The task »
Among the records below, which lines contain the string "IFCSIUNIT"? Report them.

Exercise data »
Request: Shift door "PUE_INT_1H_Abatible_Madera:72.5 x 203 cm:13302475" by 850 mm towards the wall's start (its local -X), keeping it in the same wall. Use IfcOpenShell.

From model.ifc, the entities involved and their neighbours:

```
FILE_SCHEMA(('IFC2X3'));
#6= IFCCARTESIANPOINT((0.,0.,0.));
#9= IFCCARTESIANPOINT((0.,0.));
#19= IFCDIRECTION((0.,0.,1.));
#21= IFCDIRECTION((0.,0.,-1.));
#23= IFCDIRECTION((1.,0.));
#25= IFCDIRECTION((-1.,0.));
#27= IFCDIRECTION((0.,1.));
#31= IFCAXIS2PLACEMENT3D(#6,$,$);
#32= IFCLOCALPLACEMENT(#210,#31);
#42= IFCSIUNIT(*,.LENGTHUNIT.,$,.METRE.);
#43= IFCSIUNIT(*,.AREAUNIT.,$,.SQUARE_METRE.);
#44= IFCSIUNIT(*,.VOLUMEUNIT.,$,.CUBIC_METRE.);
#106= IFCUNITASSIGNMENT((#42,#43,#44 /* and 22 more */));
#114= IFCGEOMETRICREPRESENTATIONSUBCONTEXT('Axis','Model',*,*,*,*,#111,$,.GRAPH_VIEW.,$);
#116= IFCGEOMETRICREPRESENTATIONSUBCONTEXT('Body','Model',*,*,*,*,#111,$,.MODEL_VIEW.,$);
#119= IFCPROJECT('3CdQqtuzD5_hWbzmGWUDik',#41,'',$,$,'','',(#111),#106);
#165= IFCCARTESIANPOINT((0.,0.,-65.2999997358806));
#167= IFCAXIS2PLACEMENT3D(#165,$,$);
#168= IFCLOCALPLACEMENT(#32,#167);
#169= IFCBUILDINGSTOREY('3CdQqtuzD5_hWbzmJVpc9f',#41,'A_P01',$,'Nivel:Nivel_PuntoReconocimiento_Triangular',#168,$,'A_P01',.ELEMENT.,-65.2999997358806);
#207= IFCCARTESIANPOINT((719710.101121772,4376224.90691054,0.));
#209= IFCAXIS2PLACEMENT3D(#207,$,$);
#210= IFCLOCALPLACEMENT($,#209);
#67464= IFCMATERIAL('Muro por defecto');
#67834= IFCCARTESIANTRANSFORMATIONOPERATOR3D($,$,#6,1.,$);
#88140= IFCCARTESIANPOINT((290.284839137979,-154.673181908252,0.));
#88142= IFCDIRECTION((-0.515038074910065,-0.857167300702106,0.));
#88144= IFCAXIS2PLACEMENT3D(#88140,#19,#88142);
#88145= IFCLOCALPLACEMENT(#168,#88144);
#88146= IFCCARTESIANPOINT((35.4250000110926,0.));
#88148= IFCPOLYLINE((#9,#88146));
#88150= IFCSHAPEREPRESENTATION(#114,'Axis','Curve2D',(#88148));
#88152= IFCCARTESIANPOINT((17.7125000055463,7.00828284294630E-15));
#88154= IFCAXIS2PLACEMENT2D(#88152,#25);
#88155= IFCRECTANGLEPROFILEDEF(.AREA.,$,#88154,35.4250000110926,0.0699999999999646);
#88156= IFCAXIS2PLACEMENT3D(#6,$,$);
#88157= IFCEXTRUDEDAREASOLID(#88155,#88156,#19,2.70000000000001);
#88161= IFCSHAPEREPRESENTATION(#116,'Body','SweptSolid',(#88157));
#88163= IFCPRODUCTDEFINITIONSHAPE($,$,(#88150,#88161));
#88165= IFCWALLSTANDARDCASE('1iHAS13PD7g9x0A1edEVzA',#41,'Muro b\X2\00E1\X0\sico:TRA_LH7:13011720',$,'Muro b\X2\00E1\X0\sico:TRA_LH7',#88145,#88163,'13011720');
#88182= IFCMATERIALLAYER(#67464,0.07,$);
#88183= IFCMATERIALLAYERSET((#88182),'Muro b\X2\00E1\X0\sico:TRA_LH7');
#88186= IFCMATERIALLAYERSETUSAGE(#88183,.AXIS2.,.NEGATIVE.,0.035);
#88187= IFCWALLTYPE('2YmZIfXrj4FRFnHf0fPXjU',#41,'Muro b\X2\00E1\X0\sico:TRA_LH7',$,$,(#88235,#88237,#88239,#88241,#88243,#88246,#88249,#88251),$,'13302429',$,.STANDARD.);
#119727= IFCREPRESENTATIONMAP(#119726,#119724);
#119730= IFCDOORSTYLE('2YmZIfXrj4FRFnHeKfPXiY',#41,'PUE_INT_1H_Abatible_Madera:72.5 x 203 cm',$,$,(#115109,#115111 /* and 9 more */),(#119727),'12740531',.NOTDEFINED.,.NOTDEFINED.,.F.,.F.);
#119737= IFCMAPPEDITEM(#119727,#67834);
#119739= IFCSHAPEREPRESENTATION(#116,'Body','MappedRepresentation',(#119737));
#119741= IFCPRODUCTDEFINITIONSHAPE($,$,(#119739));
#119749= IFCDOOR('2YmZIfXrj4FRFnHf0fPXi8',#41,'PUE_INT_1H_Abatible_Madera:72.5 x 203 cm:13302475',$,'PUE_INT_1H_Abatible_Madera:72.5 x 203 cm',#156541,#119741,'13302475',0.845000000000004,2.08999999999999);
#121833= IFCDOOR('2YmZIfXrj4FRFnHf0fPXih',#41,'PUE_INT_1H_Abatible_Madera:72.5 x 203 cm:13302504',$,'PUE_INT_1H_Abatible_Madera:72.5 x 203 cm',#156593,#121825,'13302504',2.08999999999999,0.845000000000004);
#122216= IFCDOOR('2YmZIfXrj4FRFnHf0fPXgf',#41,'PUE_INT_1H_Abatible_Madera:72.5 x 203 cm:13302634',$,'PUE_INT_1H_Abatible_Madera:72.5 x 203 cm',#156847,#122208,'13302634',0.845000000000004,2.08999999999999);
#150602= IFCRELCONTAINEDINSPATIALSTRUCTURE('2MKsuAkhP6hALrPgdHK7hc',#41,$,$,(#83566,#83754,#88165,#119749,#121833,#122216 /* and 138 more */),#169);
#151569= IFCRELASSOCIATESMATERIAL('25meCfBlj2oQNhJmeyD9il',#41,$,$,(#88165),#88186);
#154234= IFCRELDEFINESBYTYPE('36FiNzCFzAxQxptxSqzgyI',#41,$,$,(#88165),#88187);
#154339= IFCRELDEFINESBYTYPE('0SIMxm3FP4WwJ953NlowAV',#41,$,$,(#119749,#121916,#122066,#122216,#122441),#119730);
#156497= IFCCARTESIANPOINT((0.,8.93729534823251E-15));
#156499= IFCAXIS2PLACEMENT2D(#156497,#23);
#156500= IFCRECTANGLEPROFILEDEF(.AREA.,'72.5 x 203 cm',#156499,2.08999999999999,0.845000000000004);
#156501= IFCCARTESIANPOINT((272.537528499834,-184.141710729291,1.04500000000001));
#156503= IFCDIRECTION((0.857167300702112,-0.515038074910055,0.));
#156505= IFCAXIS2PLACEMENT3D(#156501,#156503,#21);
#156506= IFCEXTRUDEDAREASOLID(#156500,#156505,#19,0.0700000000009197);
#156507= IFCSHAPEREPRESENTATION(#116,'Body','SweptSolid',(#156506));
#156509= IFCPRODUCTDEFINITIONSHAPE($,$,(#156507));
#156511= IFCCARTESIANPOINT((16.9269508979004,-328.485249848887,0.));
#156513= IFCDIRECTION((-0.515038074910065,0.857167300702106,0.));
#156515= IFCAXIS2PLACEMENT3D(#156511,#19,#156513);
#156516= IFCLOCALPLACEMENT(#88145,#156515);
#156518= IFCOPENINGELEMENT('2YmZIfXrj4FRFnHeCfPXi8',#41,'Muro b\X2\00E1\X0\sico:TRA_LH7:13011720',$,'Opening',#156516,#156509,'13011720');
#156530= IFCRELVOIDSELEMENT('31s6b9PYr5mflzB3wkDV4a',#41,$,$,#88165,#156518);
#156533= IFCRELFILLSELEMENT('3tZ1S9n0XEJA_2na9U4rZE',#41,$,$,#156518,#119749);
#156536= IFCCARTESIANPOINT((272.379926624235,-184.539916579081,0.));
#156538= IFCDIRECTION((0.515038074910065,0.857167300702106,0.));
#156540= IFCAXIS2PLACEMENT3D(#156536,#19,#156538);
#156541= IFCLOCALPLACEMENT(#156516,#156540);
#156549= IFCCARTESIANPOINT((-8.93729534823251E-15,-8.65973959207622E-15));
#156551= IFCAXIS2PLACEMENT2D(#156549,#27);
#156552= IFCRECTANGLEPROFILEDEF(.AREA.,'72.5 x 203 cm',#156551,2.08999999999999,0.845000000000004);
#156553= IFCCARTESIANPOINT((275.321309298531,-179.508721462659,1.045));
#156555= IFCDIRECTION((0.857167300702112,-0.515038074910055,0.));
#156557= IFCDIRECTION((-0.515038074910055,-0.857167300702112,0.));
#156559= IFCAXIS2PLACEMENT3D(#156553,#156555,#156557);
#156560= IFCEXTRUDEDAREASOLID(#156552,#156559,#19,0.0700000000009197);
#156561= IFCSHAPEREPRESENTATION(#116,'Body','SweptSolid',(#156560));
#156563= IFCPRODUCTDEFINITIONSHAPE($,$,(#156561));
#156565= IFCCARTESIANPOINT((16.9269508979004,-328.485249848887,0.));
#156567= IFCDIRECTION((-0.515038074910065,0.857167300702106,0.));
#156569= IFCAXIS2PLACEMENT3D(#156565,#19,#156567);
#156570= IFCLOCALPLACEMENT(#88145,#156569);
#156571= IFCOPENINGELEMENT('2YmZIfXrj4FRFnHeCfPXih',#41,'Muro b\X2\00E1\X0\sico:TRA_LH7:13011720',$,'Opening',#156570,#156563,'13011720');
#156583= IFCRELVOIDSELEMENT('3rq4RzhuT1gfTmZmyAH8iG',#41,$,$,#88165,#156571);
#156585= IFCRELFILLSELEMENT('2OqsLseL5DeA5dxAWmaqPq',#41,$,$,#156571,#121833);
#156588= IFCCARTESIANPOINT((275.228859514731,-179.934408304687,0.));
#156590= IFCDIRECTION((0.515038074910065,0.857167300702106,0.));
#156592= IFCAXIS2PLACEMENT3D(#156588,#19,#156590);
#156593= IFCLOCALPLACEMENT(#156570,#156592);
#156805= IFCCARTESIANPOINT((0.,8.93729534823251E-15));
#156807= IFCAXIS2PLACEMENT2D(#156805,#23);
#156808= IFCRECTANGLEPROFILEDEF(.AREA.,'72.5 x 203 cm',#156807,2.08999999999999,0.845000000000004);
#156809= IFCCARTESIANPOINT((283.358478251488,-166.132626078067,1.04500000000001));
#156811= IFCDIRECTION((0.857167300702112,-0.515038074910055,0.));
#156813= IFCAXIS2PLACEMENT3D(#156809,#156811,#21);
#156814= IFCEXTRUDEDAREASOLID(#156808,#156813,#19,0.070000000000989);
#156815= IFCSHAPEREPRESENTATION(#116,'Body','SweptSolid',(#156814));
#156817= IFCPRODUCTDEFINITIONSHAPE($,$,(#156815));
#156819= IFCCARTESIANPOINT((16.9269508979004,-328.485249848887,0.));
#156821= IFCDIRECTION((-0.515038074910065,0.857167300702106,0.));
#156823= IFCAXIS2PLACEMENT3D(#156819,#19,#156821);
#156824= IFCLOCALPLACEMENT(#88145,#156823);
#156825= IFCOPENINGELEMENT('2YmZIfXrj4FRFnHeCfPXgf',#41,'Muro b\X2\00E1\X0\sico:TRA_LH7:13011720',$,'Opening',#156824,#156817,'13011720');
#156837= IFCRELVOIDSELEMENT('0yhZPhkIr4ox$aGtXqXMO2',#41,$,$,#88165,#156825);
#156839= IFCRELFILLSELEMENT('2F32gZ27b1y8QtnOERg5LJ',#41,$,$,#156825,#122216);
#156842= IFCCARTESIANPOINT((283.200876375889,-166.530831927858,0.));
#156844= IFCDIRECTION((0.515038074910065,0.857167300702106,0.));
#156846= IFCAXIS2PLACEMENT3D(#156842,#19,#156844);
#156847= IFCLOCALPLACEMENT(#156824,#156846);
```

```python
import ifcopenshell
import ifcopenshell.api.geometry
import ifcopenshell.util.placement
import ifcopenshell.util.unit

model = ifcopenshell.open("model.ifc")
unit_scale = ifcopenshell.util.unit.calculate_unit_scale(model)

door = model.by_guid("2YmZIfXrj4FRFnHf0fPXi8")
opening = door.FillsVoids[0].RelatingOpeningElement
wall = opening.VoidsElements[0].RelatingBuildingElement

wall_matrix = ifcopenshell.util.placement.get_local_placement(wall.ObjectPlacement)
shift = wall_matrix[:3, 0] * -0.85 / unit_scale
before = ifcopenshell.util.placement.get_local_placement(door.ObjectPlacement)[:3, 3].copy()

# The door is placed relative to its opening, so it follows when the opening moves.
matrix = ifcopenshell.util.placement.get_local_placement(opening.ObjectPlacement)
matrix[:3, 3] += shift
ifcopenshell.api.geometry.edit_object_placement(
    model, product=opening, matrix=matrix, is_si=False, should_transform_children=True
)

after = ifcopenshell.util.placement.get_local_placement(door.ObjectPlacement)[:3, 3]
print("door moved by", (after - before).round(3) + 0.0)

model.write("model_rev.ifc")
```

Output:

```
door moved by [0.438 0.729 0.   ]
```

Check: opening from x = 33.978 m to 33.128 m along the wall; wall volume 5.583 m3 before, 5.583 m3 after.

Written solution »
#42= IFCSIUNIT(*,.LENGTHUNIT.,$,.METRE.);
#43= IFCSIUNIT(*,.AREAUNIT.,$,.SQUARE_METRE.);
#44= IFCSIUNIT(*,.VOLUMEUNIT.,$,.CUBIC_METRE.);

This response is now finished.